Spectrum Surveys using rtl_power

I have been doing various experiments with my RTL SDR dongle lately and wanted to see if there where any new software packages for these devices. I was primarily interest in scanners or methods to look at large areas of the spectrum, even if it took time to do the capture. There are some great capabilities within SDRSharp for scanning and capturing usage of those frequencies in the database, but I was interested in more of a continuous sweep.

It turns out that within the the osmocom drivers that most all RTL SDR dongle use there is a tool called rtl_power.exe. More details on rtl_power can be found HERE.

There are some GUI front-ends for rtl_power.exe that make it easier to use but running it at the command line has the most power. Use the GUI front-end to figure out what you want to do and then refine your capture at the command line was my approach.

The best way to get started using rtl_power with your RTL SDR dongle is to have a running installation of SDRSharp on you system. This is a quick way to know your dongle is working and to get all the drivers in place. Next, setup RTLPan per the instructions. This will get rtl_power on your system. Then using some of the examples on the rtl_power scripting web site you can begin your exploration. This was all done on a Windows 7 system but is available on Linux as well.

Here is a capture I did of the whole 2 meter band. Using the following command line:

rtl_power -f 144M:148M:5k -g 50 -i 10 -e 8h 2Mband.csv

The graphic below was processed using a Python script available HERE. The python script lets me view sections of the data collected above.

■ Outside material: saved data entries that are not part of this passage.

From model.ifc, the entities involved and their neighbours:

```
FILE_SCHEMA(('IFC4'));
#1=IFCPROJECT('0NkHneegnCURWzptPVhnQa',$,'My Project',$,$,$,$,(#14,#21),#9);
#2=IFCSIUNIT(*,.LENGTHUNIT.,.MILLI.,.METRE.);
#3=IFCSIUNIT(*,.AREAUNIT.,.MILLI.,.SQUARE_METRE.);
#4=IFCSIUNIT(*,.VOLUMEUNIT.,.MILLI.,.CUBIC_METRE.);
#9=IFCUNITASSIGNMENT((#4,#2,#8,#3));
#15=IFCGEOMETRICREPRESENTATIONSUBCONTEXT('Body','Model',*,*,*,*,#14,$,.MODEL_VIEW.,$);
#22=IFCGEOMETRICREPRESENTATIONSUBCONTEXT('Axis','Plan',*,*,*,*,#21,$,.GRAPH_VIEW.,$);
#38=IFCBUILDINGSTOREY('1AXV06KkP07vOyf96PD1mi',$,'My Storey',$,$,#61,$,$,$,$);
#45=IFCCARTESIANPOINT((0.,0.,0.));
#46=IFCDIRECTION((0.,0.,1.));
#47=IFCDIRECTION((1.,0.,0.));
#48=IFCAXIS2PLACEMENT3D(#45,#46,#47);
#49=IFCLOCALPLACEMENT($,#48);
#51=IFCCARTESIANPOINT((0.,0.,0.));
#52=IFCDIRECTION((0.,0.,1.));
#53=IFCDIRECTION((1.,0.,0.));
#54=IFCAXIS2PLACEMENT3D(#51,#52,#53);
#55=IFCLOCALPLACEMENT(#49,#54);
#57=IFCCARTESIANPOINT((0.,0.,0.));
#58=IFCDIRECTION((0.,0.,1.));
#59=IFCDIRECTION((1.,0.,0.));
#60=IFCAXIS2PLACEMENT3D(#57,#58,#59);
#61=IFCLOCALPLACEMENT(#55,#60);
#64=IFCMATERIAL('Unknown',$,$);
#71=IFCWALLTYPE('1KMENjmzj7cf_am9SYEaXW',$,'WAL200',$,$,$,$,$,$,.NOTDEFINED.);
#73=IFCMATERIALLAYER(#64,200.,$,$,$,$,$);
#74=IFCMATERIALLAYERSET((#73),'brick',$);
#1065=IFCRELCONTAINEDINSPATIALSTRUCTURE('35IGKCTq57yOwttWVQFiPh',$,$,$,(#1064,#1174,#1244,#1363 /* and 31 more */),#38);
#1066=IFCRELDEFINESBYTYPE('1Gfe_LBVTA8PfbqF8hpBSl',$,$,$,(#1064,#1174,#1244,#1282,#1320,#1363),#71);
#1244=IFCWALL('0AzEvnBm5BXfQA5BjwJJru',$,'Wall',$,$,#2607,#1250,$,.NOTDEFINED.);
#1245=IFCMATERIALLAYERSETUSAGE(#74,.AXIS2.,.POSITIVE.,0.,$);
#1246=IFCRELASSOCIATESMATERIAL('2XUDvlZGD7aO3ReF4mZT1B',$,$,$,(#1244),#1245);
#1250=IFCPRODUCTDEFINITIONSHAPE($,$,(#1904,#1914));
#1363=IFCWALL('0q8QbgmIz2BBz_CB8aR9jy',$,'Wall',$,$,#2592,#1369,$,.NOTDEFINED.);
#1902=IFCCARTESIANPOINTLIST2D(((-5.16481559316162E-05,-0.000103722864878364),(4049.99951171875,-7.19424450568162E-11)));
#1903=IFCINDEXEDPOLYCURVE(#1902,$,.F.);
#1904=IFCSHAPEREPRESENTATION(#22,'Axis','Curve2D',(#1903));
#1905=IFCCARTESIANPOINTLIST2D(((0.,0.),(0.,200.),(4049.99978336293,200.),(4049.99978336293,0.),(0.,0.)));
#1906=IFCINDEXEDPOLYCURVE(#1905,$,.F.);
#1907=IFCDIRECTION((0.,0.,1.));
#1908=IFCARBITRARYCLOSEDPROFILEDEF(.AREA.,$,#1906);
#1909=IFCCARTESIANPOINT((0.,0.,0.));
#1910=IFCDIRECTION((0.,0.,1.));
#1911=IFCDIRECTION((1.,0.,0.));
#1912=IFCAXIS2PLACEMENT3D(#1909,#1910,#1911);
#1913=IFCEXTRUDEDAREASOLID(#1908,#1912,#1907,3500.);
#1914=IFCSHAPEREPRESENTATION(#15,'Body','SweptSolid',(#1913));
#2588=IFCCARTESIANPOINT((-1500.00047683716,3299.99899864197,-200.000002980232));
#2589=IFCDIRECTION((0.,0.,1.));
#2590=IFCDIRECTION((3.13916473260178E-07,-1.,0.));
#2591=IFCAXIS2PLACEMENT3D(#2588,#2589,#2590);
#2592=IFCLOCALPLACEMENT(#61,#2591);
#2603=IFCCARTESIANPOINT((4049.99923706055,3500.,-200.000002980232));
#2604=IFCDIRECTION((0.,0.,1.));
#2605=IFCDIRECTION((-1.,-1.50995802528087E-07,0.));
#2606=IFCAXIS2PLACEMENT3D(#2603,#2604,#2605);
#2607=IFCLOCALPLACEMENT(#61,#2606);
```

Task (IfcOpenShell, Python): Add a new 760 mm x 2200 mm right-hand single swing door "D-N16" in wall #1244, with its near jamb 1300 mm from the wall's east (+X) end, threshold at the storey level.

```python
import numpy as np
import ifcopenshell
import ifcopenshell.api.feature
import ifcopenshell.api.geometry
import ifcopenshell.api.root
import ifcopenshell.api.spatial
import ifcopenshell.geom
import ifcopenshell.util.element
import ifcopenshell.util.placement
import ifcopenshell.util.representation
import ifcopenshell.util.shape
import ifcopenshell.util.unit

model = ifcopenshell.open("model.ifc")
unit_scale = ifcopenshell.util.unit.calculate_unit_scale(model)
settings = ifcopenshell.geom.settings()


def volume(element):
    """Net volume in cubic metres, openings subtracted."""
    shape = ifcopenshell.geom.create_shape(settings, element)
    return ifcopenshell.util.shape.get_volume(shape.geometry)


wall = model.by_guid("0AzEvnBm5BXfQA5BjwJJru")
storey = ifcopenshell.util.element.get_container(wall, ifc_class="IfcBuildingStorey")
context = ifcopenshell.util.representation.get_context(model, "Model", "Body", "MODEL_VIEW")
before = volume(wall)

width, height, from_end, sill = 0.76, 2.2, 1.3, 0.0  # metres

# The wall runs along its own X axis, and the end named is its -X end.
wall_shape = ifcopenshell.geom.create_shape(settings, wall)
x, y, z = ifcopenshell.util.shape.get_vertices(wall_shape.geometry).T
start = x.min() + from_end
face, thickness = float(y.min()), float(y.max() - y.min())
wall_matrix = ifcopenshell.util.placement.get_local_placement(wall.ObjectPlacement)
level = ifcopenshell.util.placement.get_local_placement(storey.ObjectPlacement)[2, 3]


def in_wall(x, y):
    """Placement at x, y metres in the wall's axes, at sill height."""
    matrix = wall_matrix.copy()
    matrix[:, 3] = wall_matrix @ np.array([x / unit_scale, y / unit_scale, 0.0, 1.0])
    matrix[2, 3] = level + sill / unit_scale
    return matrix


# Opening: a box that overshoots both wall faces by 50 mm.
opening = ifcopenshell.api.root.create_entity(model, ifc_class="IfcOpeningElement", predefined_type="OPENING")
box = ifcopenshell.api.geometry.add_wall_representation(
    model, context=context, length=width, height=height, thickness=thickness + 0.1
)
ifcopenshell.api.geometry.assign_representation(model, product=opening, representation=box)
ifcopenshell.api.geometry.edit_object_placement(model, product=opening, matrix=in_wall(start, face - 0.05), is_si=False)
ifcopenshell.api.feature.add_feature(model, feature=opening, element=wall)

door = ifcopenshell.api.root.create_entity(model, ifc_class="IfcDoor", name="D-N16", predefined_type="DOOR")
door.OverallWidth, door.OverallHeight = width / unit_scale, height / unit_scale
door.OperationType = "SINGLE_SWING_RIGHT"
body = ifcopenshell.api.geometry.add_door_representation(
    model,
    context=context,
    overall_width=door.OverallWidth,
    overall_height=door.OverallHeight,
    operation_type="SINGLE_SWING_RIGHT",
    lining_properties={"LiningDepth": thickness / unit_scale, "ThresholdDepth": thickness / unit_scale},
)
ifcopenshell.api.geometry.assign_representation(model, product=door, representation=body)
ifcopenshell.api.spatial.assign_container(model, products=[door], relating_structure=storey)
ifcopenshell.api.feature.add_filling(model, opening=opening, element=door)

# The lining spans the wall, so the door starts at the wall face.
ifcopenshell.api.geometry.edit_object_placement(model, product=door, matrix=in_wall(start, face), is_si=False)

after = volume(wall)

print(f"wall volume {before:.3f} -> {after:.3f} m3")

model.write("model_updated.ifc")
```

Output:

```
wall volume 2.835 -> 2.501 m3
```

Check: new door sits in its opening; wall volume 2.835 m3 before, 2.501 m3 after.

Since I collected 8 hours of spectrum in the above capture, I used the following options in the Python script to produce this one hour segment:

python heatmap.py --begin "2015-01-11 05:00:00" --end "2015-01-11 06:00:00" 2Mband.csv 2Mband2.jpg


What you are looking for in the heat map plot is broken streaks that show usage of repeaters, etc. Since I was just using the tiny whip that came with the dongle it only hears strong signals. I did capture the usage of the 147.21 Mhz Sunset Repeater that is part of the WINS here in Southern California as well as another system streak that is the Keller Peak repeater on 146.385 Mhz towards the bottom center.

I think this is amazing capability for these inexpensive dongles and with the RTLPan GUI, a spectrum display is available as well. This could be useful for use with an HF up-converter on the dongle for checking the spectral response of HF transmitters and filters (poor mans spectrum analyser!).